Wednesday 21 September 2011

Tens 2

Hurray for teenagers

Why are people so negative about teenagers, asks Louisa Young, when most of them are adorable, funny, interesting, imaginative, brave, generous, loyal, hard-working and helpful?


Why are so many people so negative about teenagers and so rude to them? I'm not talking about the ones who knife each other at bus stops and torment each other to suicide on social networking websites, about whom we read so much in the scared and scaremongering newspapers. I'm talking about everyday, normal teenagers. There is scarcely another group in this country so stereotyped and maligned.

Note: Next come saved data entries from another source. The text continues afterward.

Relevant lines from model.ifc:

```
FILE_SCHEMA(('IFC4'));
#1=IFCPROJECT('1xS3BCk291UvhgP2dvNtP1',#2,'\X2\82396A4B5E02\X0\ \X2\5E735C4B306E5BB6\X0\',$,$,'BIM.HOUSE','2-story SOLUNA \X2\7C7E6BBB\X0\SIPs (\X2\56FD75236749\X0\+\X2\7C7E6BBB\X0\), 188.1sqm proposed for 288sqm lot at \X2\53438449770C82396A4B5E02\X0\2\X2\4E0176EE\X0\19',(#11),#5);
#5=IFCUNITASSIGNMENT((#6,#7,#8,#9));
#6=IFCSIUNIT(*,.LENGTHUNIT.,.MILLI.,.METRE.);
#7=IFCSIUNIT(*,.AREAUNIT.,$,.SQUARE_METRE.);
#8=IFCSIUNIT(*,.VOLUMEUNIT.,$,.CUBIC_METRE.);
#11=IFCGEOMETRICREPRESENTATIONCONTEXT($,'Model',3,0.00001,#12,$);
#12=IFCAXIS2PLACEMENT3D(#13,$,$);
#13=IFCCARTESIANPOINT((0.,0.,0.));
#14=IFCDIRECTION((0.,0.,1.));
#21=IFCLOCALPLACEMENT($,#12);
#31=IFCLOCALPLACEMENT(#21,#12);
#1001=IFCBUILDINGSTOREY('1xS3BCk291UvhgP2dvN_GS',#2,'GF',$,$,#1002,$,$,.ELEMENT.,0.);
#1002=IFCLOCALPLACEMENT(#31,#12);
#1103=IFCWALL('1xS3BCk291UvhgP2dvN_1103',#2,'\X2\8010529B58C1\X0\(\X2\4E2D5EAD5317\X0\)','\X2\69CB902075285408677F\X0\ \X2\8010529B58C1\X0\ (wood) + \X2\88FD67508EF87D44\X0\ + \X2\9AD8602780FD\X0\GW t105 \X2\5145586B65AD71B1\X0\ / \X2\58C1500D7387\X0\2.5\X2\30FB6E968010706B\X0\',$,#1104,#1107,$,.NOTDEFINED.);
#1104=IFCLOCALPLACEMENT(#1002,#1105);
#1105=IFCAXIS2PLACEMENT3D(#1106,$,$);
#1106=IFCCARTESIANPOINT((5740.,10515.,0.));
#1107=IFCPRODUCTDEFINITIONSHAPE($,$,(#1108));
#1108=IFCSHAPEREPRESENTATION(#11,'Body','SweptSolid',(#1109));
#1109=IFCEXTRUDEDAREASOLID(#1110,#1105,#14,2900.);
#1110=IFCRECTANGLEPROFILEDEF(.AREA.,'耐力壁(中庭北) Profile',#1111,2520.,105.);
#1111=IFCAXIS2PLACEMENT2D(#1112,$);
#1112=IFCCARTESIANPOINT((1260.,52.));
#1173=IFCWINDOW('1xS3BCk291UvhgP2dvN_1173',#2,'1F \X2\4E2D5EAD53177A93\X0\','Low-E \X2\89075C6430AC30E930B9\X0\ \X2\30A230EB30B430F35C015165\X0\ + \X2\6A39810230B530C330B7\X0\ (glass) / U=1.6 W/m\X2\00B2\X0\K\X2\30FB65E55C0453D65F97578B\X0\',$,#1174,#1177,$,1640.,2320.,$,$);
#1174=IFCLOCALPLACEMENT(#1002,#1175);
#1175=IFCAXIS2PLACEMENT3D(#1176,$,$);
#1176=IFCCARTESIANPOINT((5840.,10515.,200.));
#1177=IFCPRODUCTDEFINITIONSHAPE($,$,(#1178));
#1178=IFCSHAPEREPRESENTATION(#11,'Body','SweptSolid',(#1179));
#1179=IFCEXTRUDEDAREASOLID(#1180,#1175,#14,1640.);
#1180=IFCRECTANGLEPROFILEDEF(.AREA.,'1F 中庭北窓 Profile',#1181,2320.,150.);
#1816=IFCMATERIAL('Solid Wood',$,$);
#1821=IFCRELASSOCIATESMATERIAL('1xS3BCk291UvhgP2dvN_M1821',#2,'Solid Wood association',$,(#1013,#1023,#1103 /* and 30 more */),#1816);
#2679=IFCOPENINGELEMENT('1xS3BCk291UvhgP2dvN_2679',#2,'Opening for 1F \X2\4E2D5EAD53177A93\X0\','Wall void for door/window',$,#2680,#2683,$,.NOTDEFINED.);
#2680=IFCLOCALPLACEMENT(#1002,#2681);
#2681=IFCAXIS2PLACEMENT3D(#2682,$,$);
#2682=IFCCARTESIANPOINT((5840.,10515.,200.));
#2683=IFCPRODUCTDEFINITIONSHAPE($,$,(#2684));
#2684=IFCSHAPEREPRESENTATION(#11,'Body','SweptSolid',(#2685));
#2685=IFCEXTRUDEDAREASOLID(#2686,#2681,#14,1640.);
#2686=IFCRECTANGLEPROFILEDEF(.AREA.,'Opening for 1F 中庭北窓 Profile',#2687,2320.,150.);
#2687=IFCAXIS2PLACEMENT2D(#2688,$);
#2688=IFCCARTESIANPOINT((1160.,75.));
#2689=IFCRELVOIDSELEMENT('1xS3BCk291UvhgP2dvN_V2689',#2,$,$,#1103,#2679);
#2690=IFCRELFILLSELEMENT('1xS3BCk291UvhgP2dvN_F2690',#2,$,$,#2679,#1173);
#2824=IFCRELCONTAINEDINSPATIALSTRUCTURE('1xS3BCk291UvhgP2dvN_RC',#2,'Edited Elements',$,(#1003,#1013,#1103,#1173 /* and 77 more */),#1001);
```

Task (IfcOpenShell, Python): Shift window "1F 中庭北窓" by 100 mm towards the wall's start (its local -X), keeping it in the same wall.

```python
import ifcopenshell
import ifcopenshell.api.geometry
import ifcopenshell.util.placement
import ifcopenshell.util.unit

model = ifcopenshell.open("model.ifc")
unit_scale = ifcopenshell.util.unit.calculate_unit_scale(model)

window = model.by_id(1173)
opening = window.FillsVoids[0].RelatingOpeningElement
wall = opening.VoidsElements[0].RelatingBuildingElement

wall_matrix = ifcopenshell.util.placement.get_local_placement(wall.ObjectPlacement)
shift = wall_matrix[:3, 0] * -0.1 / unit_scale
before = ifcopenshell.util.placement.get_local_placement(window.ObjectPlacement)[:3, 3].copy()

# The window is not placed relative to its opening, so move both.
for product in (opening, window):
    matrix = ifcopenshell.util.placement.get_local_placement(product.ObjectPlacement)
    matrix[:3, 3] += shift
    ifcopenshell.api.geometry.edit_object_placement(model, product=product, matrix=matrix, is_si=False)

after = ifcopenshell.util.placement.get_local_placement(window.ObjectPlacement)[:3, 3]
print("window moved by", (after - before).round(3) + 0.0)

model.write("model-out.ifc")
```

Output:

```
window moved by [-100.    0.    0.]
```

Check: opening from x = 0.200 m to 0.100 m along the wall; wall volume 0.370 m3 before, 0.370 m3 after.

What is worse, most adults think that teenagers deserve the bad press they get. I don't, so I am going to upend the negative generalisations and announce my own: that teenagers are, in general, adorable, funny, energetic, very hard-working, beautiful, interesting, imaginative, generous, loyal, vulnerable, brave, charming, helpful, clever, well-dressed and very good cooks. (And I'm not just talking about my own. I'm writer in residence at two inner London secondary schools.)
Consider these teenagers. Eighteen-year-old soldiers William Aldridge, Joseph Murphy and James Backhouse, died in July in Afghanistan trying to save the lives of their brothers in arms. Andrew Dalton, 17, from Wirral, saved two small children from a fire. Mike Perham, 17, sailed round the world alone. Fifteen-year-old Tom Daley is a world champion diver. Milan Karki, 18, in Nepal, has invented a new kind of solar panel using human hair. Welsh 15-year-olds Leighton Griffiths and Tyler Hulpin saved six children from the burning house next door in May. Leighton went back in three times and ended up in hospital himself.

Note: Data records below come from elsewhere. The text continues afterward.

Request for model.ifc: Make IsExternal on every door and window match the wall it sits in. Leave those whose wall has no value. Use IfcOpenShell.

First a look at what the model holds.

```python
import ifcopenshell
import ifcopenshell.util.element

model = ifcopenshell.open("model.ifc")
print(model.schema)
seen = {}
for e in model.by_type("IfcDoor") + model.by_type("IfcWindow"):
    if not e.FillsVoids:
        continue
    host = e.FillsVoids[0].RelatingOpeningElement.VoidsElements[0].RelatingBuildingElement
    own = ifcopenshell.util.element.get_pset(e, f"Pset_{e.is_a()[3:].removesuffix('StandardCase')}Common", "IsExternal")
    wall = ifcopenshell.util.element.get_pset(host, "Pset_WallCommon", "IsExternal")
    seen[e.is_a(), own, wall] = seen.get((e.is_a(), own, wall), 0) + 1
for (cls, own, wall), count in sorted(seen.items(), key=str):
    print(count, cls, "IsExternal:", own, "| host wall:", wall)
```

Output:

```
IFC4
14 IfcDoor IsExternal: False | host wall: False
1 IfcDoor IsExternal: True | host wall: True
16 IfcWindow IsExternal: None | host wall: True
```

```python
import ifcopenshell
import ifcopenshell.api.pset
import ifcopenshell.util.element

model = ifcopenshell.open("model.ifc")

count = 0
for ifc_class, pset_name in (("IfcDoor", "Pset_DoorCommon"), ("IfcWindow", "Pset_WindowCommon")):
    for e in model.by_type(ifc_class):
        if not e.FillsVoids:
            continue
        host = e.FillsVoids[0].RelatingOpeningElement.VoidsElements[0].RelatingBuildingElement
        external = ifcopenshell.util.element.get_pset(host, "Pset_WallCommon", "IsExternal")
        if external is None or ifcopenshell.util.element.get_pset(e, pset_name, "IsExternal") == external:
            continue
        pset = ifcopenshell.api.pset.add_pset(model, product=e, name=pset_name)
        ifcopenshell.api.pset.edit_pset(model, pset=pset, properties={"IsExternal": external})
        count += 1

print(count, "updated")

model.write("model_v2.ifc")
```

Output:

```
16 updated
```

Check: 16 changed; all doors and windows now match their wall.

Of course, not every teenager gets the opportunity to be that kind of hero. But in my experience they are not lazy sods who never get out of bed. Isabel, a 16-year-old London A-level student about whom I can say nothing because she is my own daughter, worked out an average teenage schoolday for me: "Up at 6.30am, leave at 7.45am for school at 8.30am; out again at 4pm, extra curricular stuff till 5pm, home 5.45pm, three hours of homework, say, takes you to 8.45pm, by which time, if you're to get the recommended nine and a half hours' sleep, you should go to bed."

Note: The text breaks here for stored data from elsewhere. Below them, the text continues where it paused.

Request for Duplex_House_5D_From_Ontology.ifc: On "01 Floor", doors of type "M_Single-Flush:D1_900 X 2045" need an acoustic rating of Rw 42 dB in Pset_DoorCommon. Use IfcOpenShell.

First a look at what the model holds.

```python
import ifcopenshell
import ifcopenshell.util.element

model = ifcopenshell.open("Duplex_House_5D_From_Ontology.ifc")
print(model.schema)
storey = next(s for s in model.by_type("IfcBuildingStorey") if s.Name == "01 Floor")
doors = [e for e in ifcopenshell.util.element.get_decomposition(storey) if e.is_a("IfcDoor")]
seen = {}
for e in doors:
    element_type = ifcopenshell.util.element.get_type(e)
    key = (element_type.Name if element_type != e and element_type else None, ifcopenshell.util.element.get_pset(e, "Pset_DoorCommon", "AcousticRating"))
    seen[key] = seen.get(key, 0) + 1
for (name, value), count in sorted(seen.items(), key=str):
    print(count, "x", name, "|", value)
```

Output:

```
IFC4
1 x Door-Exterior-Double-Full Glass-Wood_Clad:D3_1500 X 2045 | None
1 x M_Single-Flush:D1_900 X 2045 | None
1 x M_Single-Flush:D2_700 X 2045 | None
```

```python
import ifcopenshell
import ifcopenshell.api.pset
import ifcopenshell.util.element

model = ifcopenshell.open("Duplex_House_5D_From_Ontology.ifc")

storey = next(s for s in model.by_type("IfcBuildingStorey") if s.Name == "01 Floor")
doors = [e for e in ifcopenshell.util.element.get_decomposition(storey) if e.is_a("IfcDoor")]

count = 0
for e in doors:
    element_type = ifcopenshell.util.element.get_type(e)
    if element_type in (None, e) or element_type.Name != "M_Single-Flush:D1_900 X 2045":
        continue
    # add_pset returns the element's existing set when there is one.
    pset = ifcopenshell.api.pset.add_pset(model, product=e, name="Pset_DoorCommon")
    ifcopenshell.api.pset.edit_pset(model, pset=pset, properties={"AcousticRating": "Rw 42 dB"})
    count += 1

print(count, "doors updated")

model.write("Duplex_House_5D_From_Ontology_rev.ifc")
```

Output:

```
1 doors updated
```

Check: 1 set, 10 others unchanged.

But they also need to eat (family meals round the table, five vegetables a day!); to exercise (obesity!); to wash (dirty!); to maintain their beauty (munter!). They must do chores (spoilt!); get out of the house (couch potato!) but not hang out in public places (threatening! antisocial! Or, er, dangerous!) And perhaps they might also be allowed a bit of social life ...
How on earth can they fit it all in? Teenagers do, physically, need around nine and half hours sleep a night, during which new brain cells are wired, thus increasing intelligence, self-awareness and performance. They get on average about seven hours, whereupon they often become cranky, slower-witted and resentful.
Russell Foster, chair of circadian neuroscience at Brasenose College, Oxford, has shown that teenagers' brains work better during the afternoon. They're not lazy, they're biologically programmed. There are simple reasons why they never clean up. First, they haven't the time. Second, nobody clears up as much as someone else might want them to. Third, they aren't usually as good at it as adults. They haven't had the practice.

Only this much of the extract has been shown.